I have been suffering from Depression/Anxiety/OCD for over ten years now. Part of the problem is chemical, part of it is from attending an excessively centered on corporal punnishment Catholic school when I was an adolescent, and then later in life meeting up with a particulary nasty boss, who made me feel like I was back in Catholic school, part of it was home environment, and part is me and how I react or fail to react. I am on medication and go to see a therapist once a week and am making progress but often times it is still a struggle.

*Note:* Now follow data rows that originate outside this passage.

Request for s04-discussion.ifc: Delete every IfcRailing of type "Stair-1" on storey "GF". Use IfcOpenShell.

First a look at what the model holds.

```python
import ifcopenshell
import ifcopenshell.util.element

model = ifcopenshell.open("s04-discussion.ifc")
print(model.schema)
storey = next(s for s in model.by_type("IfcBuildingStorey") if s.Name == "GF")
railings = [e for e in ifcopenshell.util.element.get_decomposition(storey) if e.is_a("IfcRailing")]
seen = {}
for e in railings:
    element_type = ifcopenshell.util.element.get_type(e)
    name = element_type.Name if element_type not in (None, e) else None
    seen[name] = seen.get(name, 0) + 1
for name, count in sorted(seen.items(), key=str):
    print(count, "x", name)
```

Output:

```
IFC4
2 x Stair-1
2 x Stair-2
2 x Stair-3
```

```python
import ifcopenshell
import ifcopenshell.api.root
import ifcopenshell.util.element

model = ifcopenshell.open("s04-discussion.ifc")

storey = next(s for s in model.by_type("IfcBuildingStorey") if s.Name == "GF")
railings = [e for e in ifcopenshell.util.element.get_decomposition(storey) if e.is_a("IfcRailing")]
targets = [e for e in railings if (t := ifcopenshell.util.element.get_type(e)) not in (None, e) and t.Name == "Stair-1"]

for e in targets:
    ifcopenshell.api.root.remove_product(model, product=e)
print(len(targets), "removed")

model.write("s04-discussion_updated.ifc")
```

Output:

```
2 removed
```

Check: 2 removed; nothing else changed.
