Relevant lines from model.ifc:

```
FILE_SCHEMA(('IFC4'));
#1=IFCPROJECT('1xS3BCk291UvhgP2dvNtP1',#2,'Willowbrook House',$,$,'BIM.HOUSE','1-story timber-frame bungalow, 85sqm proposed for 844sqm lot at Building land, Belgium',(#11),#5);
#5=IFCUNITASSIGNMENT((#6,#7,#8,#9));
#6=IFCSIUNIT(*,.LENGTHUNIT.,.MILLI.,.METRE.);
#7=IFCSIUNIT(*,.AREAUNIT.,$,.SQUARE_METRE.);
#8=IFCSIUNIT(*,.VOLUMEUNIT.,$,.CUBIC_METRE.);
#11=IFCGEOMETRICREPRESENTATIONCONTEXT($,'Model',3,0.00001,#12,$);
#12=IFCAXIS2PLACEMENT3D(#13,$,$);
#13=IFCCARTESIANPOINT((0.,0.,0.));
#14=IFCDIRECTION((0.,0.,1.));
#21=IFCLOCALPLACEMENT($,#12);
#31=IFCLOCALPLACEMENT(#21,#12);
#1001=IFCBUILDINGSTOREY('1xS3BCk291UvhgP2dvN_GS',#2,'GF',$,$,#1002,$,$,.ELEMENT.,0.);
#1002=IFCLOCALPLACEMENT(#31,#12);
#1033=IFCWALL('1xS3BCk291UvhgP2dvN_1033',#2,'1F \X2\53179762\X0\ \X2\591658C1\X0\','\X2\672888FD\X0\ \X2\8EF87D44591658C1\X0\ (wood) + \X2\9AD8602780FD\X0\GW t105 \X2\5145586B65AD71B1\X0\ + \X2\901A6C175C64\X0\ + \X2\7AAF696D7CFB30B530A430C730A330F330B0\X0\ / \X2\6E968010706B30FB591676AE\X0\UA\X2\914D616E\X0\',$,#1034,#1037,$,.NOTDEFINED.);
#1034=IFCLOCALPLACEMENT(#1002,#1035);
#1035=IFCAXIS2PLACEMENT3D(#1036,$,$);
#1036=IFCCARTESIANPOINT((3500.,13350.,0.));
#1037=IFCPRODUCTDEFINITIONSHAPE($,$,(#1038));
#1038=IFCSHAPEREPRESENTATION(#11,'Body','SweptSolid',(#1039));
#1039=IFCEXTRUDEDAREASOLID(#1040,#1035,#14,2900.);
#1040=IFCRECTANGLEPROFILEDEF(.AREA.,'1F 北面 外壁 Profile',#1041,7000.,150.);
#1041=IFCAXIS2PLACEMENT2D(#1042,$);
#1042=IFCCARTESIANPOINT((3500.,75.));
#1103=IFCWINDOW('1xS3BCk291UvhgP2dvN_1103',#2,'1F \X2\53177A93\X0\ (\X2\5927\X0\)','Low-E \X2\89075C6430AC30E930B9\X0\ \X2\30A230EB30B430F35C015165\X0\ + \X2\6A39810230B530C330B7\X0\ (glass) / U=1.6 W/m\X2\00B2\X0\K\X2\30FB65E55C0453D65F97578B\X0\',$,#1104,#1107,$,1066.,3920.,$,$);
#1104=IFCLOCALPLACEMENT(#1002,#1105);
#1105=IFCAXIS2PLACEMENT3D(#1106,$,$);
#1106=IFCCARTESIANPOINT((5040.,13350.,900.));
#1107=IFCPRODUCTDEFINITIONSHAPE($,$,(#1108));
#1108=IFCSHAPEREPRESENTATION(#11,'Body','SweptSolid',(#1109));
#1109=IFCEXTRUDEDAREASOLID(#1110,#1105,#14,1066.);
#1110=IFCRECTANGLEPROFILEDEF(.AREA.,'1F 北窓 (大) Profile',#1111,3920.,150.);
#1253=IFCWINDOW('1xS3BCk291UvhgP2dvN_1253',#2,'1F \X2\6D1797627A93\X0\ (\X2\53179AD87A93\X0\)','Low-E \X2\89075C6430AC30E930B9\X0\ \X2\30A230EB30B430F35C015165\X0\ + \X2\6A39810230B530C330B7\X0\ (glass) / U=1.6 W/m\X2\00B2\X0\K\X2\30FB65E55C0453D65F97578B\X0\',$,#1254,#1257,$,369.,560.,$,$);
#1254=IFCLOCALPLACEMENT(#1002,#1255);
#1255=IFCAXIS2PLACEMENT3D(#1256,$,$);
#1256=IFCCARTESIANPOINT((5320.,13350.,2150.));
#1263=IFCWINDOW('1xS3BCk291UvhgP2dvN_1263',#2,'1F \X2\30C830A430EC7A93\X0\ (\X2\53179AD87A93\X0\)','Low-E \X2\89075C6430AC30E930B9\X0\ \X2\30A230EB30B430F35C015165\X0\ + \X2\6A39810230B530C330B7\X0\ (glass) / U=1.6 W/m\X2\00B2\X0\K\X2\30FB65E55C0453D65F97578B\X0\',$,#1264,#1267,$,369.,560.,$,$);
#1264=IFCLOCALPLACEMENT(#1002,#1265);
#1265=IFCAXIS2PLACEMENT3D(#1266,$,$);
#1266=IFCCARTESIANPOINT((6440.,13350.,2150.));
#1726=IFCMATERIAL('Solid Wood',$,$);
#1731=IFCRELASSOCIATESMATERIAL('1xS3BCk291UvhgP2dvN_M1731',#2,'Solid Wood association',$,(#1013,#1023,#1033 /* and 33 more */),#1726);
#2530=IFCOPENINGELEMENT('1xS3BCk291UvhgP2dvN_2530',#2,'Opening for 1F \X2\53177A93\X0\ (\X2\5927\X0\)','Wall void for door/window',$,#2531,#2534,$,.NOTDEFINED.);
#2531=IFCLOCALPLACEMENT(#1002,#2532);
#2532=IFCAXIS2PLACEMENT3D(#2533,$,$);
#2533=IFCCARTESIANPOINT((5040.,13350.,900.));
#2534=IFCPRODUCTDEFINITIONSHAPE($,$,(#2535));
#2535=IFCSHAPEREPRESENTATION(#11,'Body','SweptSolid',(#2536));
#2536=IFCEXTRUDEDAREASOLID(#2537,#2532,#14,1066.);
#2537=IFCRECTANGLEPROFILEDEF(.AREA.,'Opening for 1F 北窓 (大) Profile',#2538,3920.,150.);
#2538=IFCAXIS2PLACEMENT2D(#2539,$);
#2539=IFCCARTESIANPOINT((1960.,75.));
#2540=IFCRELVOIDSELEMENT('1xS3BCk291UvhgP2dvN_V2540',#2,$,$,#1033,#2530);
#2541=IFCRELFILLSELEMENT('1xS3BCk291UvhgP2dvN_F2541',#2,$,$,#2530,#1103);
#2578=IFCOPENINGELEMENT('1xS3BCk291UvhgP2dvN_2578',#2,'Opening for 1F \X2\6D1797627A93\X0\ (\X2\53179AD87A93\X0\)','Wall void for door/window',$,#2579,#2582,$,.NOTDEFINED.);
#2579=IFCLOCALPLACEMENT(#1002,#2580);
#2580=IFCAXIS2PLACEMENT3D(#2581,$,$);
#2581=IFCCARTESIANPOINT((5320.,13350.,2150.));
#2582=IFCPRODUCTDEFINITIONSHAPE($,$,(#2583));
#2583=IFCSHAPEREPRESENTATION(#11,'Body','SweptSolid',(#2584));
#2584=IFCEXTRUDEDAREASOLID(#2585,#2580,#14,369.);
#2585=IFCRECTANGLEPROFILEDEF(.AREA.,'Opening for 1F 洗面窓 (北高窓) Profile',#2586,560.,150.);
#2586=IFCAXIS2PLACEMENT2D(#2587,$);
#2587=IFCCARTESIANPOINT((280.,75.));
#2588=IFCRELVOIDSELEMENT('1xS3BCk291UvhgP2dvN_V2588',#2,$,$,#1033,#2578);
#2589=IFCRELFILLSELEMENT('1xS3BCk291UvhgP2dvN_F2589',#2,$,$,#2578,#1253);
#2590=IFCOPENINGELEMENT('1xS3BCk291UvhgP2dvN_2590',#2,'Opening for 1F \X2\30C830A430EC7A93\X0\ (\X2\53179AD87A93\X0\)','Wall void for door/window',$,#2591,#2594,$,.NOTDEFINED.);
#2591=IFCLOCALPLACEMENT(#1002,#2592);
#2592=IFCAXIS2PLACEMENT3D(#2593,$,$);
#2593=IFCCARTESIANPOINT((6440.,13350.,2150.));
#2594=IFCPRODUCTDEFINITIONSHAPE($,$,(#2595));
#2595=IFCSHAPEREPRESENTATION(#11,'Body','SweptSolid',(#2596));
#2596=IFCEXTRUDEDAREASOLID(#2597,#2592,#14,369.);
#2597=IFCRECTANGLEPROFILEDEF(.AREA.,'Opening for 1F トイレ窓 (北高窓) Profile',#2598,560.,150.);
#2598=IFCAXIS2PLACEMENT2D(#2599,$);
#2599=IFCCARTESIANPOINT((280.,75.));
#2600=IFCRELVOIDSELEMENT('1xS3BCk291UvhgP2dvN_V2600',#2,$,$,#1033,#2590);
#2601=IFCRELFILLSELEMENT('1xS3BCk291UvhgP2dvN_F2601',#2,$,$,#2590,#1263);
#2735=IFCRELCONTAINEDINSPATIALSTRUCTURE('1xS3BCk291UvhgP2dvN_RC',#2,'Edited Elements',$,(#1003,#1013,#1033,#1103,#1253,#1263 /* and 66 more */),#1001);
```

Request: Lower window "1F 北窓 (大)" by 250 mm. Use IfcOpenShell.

```python
import numpy as np
import ifcopenshell
import ifcopenshell.api.geometry
import ifcopenshell.util.placement
import ifcopenshell.util.unit

model = ifcopenshell.open("model.ifc")
unit_scale = ifcopenshell.util.unit.calculate_unit_scale(model)

window = model.by_guid("1xS3BCk291UvhgP2dvN_1103")
opening = window.FillsVoids[0].RelatingOpeningElement
dz = -0.25 / unit_scale

shift = np.array([0.0, 0.0, dz])
# The window is not placed relative to its opening, so move both.
for product in (opening, window):
    matrix = ifcopenshell.util.placement.get_local_placement(product.ObjectPlacement)
    matrix[:3, 3] += shift
    ifcopenshell.api.geometry.edit_object_placement(model, product=product, matrix=matrix, is_si=False)

print(f"moved by {dz * unit_scale:+.3f} m")

model.write("model_edited.ifc")
```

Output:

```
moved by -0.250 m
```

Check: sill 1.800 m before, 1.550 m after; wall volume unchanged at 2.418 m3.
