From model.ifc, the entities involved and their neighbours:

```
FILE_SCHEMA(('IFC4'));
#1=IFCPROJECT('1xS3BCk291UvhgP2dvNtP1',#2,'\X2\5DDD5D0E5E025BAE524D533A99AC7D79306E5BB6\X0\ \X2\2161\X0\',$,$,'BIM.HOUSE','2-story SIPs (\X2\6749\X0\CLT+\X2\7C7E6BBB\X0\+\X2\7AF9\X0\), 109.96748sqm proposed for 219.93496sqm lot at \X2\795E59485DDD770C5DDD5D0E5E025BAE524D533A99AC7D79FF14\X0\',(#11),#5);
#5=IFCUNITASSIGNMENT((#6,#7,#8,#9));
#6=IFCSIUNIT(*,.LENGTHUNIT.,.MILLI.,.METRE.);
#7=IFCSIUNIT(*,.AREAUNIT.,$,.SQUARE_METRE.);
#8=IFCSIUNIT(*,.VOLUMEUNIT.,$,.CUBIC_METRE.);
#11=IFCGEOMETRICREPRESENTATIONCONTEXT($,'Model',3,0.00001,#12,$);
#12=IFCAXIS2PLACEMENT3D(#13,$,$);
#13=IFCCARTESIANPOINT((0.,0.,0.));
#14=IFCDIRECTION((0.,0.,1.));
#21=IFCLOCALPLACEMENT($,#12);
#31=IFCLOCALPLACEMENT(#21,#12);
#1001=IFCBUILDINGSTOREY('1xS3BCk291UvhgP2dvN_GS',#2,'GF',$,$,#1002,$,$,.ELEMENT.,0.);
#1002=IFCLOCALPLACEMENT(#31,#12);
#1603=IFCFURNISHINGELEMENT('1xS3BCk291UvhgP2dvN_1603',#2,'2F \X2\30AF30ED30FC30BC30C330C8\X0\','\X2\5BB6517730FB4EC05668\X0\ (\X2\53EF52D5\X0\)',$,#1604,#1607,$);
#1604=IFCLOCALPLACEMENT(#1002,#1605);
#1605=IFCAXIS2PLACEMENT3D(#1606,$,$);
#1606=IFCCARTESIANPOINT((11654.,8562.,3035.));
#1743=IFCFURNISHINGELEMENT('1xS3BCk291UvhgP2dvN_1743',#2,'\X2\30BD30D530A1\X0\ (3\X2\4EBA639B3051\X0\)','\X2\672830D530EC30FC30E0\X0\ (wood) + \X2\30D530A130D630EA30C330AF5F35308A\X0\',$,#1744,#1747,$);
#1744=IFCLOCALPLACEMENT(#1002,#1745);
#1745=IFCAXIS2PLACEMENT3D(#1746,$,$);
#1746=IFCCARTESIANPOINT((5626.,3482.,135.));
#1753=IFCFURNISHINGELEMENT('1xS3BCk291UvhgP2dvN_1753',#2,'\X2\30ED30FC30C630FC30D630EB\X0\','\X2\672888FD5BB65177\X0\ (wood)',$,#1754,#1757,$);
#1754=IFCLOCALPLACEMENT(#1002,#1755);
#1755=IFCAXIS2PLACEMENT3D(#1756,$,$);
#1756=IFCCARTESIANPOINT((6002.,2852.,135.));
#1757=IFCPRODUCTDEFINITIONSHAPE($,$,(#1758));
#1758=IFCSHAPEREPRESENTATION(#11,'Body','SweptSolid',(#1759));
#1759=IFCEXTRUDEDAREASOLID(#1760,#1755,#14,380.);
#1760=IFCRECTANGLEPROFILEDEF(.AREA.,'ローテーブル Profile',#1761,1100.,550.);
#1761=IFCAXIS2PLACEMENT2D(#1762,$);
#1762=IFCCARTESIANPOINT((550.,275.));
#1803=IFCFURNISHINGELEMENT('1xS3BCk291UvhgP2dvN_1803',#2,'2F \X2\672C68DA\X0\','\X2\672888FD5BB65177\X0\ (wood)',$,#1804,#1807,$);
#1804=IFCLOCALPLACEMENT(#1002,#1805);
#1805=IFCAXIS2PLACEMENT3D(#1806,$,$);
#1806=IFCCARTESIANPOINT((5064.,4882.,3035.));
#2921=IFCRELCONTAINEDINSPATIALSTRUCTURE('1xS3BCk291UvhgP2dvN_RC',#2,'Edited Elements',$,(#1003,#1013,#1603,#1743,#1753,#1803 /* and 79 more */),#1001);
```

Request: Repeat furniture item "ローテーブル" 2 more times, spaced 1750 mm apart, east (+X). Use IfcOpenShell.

```python
import numpy as np
import ifcopenshell
import ifcopenshell.api.geometry
import ifcopenshell.api.root
import ifcopenshell.util.element
import ifcopenshell.util.placement
import ifcopenshell.util.unit

model = ifcopenshell.open("model.ifc")
unit_scale = ifcopenshell.util.unit.calculate_unit_scale(model)


def reuse_history(source, copy):
    """copy_class also copies each property set's owner history, people and application; keep the originals."""
    for rel in copy.IsDefinedBy:
        if rel.is_a("IfcRelDefinesByProperties") and (history := rel.RelatingPropertyDefinition.OwnerHistory):
            rel.RelatingPropertyDefinition.OwnerHistory = source.OwnerHistory
            ifcopenshell.util.element.remove_deep2(model, history)


source = model.by_guid("1xS3BCk291UvhgP2dvN_1753")
base = ifcopenshell.util.placement.get_local_placement(source.ObjectPlacement)
step = np.array([1.0, 0.0, 0.0]) * 1.75 / unit_scale

for i in range(1, 3):
    copy = ifcopenshell.api.root.copy_class(model, product=source)
    copy.Representation = ifcopenshell.util.element.copy_deep(
        model, source.Representation, exclude=["IfcGeometricRepresentationContext", "IfcRepresentationMap"]
    )
    reuse_history(source, copy)
    matrix = base.copy()
    matrix[:3, 3] += i * step
    print("added at", matrix[:3, 3].round(3) + 0.0)
    ifcopenshell.api.geometry.edit_object_placement(model, product=copy, matrix=matrix, is_si=False)

model.write("model_v2.ifc")
```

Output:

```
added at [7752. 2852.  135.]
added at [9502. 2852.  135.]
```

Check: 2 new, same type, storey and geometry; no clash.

Like today. I am feeling a bit physically down do to a infection and had a therapist's appointment today. I got crying again which I have been trying to control better, not because I feel crying is wrong, just that I find myself still doing it way too much, but I think I made her feel bad and I wasn't trying to.
She wants me to face my fears but today I admitted I was getting really stressed out and feeling guilty and ashamed because I couldn't face one in particular, and she apologized for maybe trying to nudge me along faster than I was ready to. I don't feel she did that, I'm just angry at myself for not being able to let the past and my fears go so I can move on in my life. I'm stuck and in a lot of ways I don't want to be stuck, but then again being stuck feels safer. If that makes any sense.
Anyway I feel really drained and weepy and I hate those days when therapy is so draining emotionally.
Well that's me anyway and I just wanted to say Hi.